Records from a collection
-------

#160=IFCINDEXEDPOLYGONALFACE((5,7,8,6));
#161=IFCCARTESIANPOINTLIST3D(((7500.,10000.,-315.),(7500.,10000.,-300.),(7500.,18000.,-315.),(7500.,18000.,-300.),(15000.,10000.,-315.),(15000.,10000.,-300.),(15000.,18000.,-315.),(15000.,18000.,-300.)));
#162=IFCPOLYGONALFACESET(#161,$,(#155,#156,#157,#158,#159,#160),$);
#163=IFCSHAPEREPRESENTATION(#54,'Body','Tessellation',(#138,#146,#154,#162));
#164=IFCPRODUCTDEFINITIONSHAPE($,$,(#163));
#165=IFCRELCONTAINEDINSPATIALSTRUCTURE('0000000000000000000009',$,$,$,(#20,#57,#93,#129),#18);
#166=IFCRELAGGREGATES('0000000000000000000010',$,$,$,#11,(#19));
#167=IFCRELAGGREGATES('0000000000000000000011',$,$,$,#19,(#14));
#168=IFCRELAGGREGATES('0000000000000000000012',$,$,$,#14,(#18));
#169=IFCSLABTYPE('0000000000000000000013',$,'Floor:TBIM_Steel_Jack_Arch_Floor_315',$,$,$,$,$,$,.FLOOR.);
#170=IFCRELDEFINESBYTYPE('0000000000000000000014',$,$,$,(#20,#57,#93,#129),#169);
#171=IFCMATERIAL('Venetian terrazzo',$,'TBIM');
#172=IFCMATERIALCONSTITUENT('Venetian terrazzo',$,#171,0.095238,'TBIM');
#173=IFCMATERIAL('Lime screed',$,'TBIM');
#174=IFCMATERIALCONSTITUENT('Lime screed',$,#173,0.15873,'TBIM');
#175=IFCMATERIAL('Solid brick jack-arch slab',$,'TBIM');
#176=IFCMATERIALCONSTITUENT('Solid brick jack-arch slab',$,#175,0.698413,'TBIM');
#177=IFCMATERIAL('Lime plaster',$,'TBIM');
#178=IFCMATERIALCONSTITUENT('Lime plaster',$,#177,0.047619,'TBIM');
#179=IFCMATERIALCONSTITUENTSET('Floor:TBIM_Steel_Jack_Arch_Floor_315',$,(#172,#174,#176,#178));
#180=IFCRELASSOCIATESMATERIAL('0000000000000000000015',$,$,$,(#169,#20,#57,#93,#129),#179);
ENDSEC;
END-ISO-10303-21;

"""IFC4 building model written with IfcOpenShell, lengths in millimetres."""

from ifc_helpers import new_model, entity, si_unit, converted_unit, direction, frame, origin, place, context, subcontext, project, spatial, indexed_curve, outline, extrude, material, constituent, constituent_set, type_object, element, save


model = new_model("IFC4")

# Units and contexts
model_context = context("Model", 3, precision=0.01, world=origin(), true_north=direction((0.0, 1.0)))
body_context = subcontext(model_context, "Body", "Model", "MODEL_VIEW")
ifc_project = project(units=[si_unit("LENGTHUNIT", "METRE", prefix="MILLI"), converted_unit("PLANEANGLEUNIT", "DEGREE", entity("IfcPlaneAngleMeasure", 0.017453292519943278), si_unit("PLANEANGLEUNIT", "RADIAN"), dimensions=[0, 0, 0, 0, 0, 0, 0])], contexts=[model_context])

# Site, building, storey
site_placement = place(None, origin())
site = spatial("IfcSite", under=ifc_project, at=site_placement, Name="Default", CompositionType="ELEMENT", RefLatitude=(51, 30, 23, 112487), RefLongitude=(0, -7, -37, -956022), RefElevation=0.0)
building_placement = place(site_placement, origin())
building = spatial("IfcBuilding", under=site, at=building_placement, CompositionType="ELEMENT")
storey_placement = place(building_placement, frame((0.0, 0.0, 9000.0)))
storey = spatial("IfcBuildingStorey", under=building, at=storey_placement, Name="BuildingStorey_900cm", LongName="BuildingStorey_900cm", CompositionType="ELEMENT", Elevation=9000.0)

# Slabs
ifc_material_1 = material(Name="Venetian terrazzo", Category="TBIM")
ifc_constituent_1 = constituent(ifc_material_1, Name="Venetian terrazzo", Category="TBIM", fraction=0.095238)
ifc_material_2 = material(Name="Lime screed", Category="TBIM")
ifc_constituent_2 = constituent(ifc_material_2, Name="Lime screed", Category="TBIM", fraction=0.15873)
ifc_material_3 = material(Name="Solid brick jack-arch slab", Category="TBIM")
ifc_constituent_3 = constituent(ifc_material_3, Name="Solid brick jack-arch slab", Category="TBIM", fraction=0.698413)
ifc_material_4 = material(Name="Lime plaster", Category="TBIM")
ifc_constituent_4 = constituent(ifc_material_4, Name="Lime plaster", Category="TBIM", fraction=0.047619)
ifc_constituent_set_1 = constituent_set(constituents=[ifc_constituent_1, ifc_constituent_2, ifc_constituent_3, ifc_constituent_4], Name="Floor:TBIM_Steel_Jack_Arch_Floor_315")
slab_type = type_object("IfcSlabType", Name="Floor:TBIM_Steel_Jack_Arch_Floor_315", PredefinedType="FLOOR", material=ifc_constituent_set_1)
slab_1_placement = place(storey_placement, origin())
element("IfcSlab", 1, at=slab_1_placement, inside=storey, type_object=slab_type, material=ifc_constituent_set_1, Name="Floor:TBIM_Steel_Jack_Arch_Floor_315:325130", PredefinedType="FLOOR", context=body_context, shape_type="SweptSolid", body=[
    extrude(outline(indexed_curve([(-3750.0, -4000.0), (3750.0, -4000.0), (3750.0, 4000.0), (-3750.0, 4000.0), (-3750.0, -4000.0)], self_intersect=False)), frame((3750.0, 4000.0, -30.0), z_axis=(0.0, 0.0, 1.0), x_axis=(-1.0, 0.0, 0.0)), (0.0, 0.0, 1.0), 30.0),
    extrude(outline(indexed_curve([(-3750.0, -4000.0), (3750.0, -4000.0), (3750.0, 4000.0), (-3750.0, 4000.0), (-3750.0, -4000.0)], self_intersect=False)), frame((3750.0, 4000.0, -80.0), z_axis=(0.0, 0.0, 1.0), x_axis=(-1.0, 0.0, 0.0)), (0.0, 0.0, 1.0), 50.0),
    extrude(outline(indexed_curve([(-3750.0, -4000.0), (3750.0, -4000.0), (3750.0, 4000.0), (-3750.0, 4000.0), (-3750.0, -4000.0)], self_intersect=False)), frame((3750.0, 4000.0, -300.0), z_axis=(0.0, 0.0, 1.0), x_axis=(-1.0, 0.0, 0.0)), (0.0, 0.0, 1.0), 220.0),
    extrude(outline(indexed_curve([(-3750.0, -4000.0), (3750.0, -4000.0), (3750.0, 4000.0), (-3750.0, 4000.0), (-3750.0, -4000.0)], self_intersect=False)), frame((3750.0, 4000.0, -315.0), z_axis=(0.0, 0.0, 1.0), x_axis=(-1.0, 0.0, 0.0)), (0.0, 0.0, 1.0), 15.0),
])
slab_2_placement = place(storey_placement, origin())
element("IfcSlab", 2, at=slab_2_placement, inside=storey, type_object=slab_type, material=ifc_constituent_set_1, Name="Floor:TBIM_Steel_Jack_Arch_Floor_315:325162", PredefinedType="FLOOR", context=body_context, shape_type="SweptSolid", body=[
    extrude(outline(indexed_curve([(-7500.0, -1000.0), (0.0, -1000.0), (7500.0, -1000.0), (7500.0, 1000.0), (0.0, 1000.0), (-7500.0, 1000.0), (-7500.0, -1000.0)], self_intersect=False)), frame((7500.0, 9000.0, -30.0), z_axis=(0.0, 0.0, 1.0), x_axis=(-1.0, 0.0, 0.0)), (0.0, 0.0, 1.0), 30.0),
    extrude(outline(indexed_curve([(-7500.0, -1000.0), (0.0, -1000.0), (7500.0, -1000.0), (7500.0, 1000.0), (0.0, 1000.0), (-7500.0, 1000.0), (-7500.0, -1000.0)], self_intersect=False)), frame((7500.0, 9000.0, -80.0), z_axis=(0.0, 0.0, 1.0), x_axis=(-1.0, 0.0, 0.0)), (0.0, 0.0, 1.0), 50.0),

-------

### ACTION ITEM
From the data, collect all lines where the string "extrude" appears.

### OUTPUT OF THE TASK
from ifc_helpers import new_model, entity, si_unit, converted_unit, direction, frame, origin, place, context, subcontext, project, spatial, indexed_curve, outline, extrude, material, constituent, constituent_set, type_object, element, save
    extrude(outline(indexed_curve([(-3750.0, -4000.0), (3750.0, -4000.0), (3750.0, 4000.0), (-3750.0, 4000.0), (-3750.0, -4000.0)], self_intersect=False)), frame((3750.0, 4000.0, -30.0), z_axis=(0.0, 0.0, 1.0), x_axis=(-1.0, 0.0, 0.0)), (0.0, 0.0, 1.0), 30.0),
    extrude(outline(indexed_curve([(-3750.0, -4000.0), (3750.0, -4000.0), (3750.0, 4000.0), (-3750.0, 4000.0), (-3750.0, -4000.0)], self_intersect=False)), frame((3750.0, 4000.0, -80.0), z_axis=(0.0, 0.0, 1.0), x_axis=(-1.0, 0.0, 0.0)), (0.0, 0.0, 1.0), 50.0),
    extrude(outline(indexed_curve([(-3750.0, -4000.0), (3750.0, -4000.0), (3750.0, 4000.0), (-3750.0, 4000.0), (-3750.0, -4000.0)], self_intersect=False)), frame((3750.0, 4000.0, -300.0), z_axis=(0.0, 0.0, 1.0), x_axis=(-1.0, 0.0, 0.0)), (0.0, 0.0, 1.0), 220.0),
    extrude(outline(indexed_curve([(-3750.0, -4000.0), (3750.0, -4000.0), (3750.0, 4000.0), (-3750.0, 4000.0), (-3750.0, -4000.0)], self_intersect=False)), frame((3750.0, 4000.0, -315.0), z_axis=(0.0, 0.0, 1.0), x_axis=(-1.0, 0.0, 0.0)), (0.0, 0.0, 1.0), 15.0),
    extrude(outline(indexed_curve([(-7500.0, -1000.0), (0.0, -1000.0), (7500.0, -1000.0), (7500.0, 1000.0), (0.0, 1000.0), (-7500.0, 1000.0), (-7500.0, -1000.0)], self_intersect=False)), frame((7500.0, 9000.0, -30.0), z_axis=(0.0, 0.0, 1.0), x_axis=(-1.0, 0.0, 0.0)), (0.0, 0.0, 1.0), 30.0),
    extrude(outline(indexed_curve([(-7500.0, -1000.0), (0.0, -1000.0), (7500.0, -1000.0), (7500.0, 1000.0), (0.0, 1000.0), (-7500.0, 1000.0), (-7500.0, -1000.0)], self_intersect=False)), frame((7500.0, 9000.0, -80.0), z_axis=(0.0, 0.0, 1.0), x_axis=(-1.0, 0.0, 0.0)), (0.0, 0.0, 1.0), 50.0),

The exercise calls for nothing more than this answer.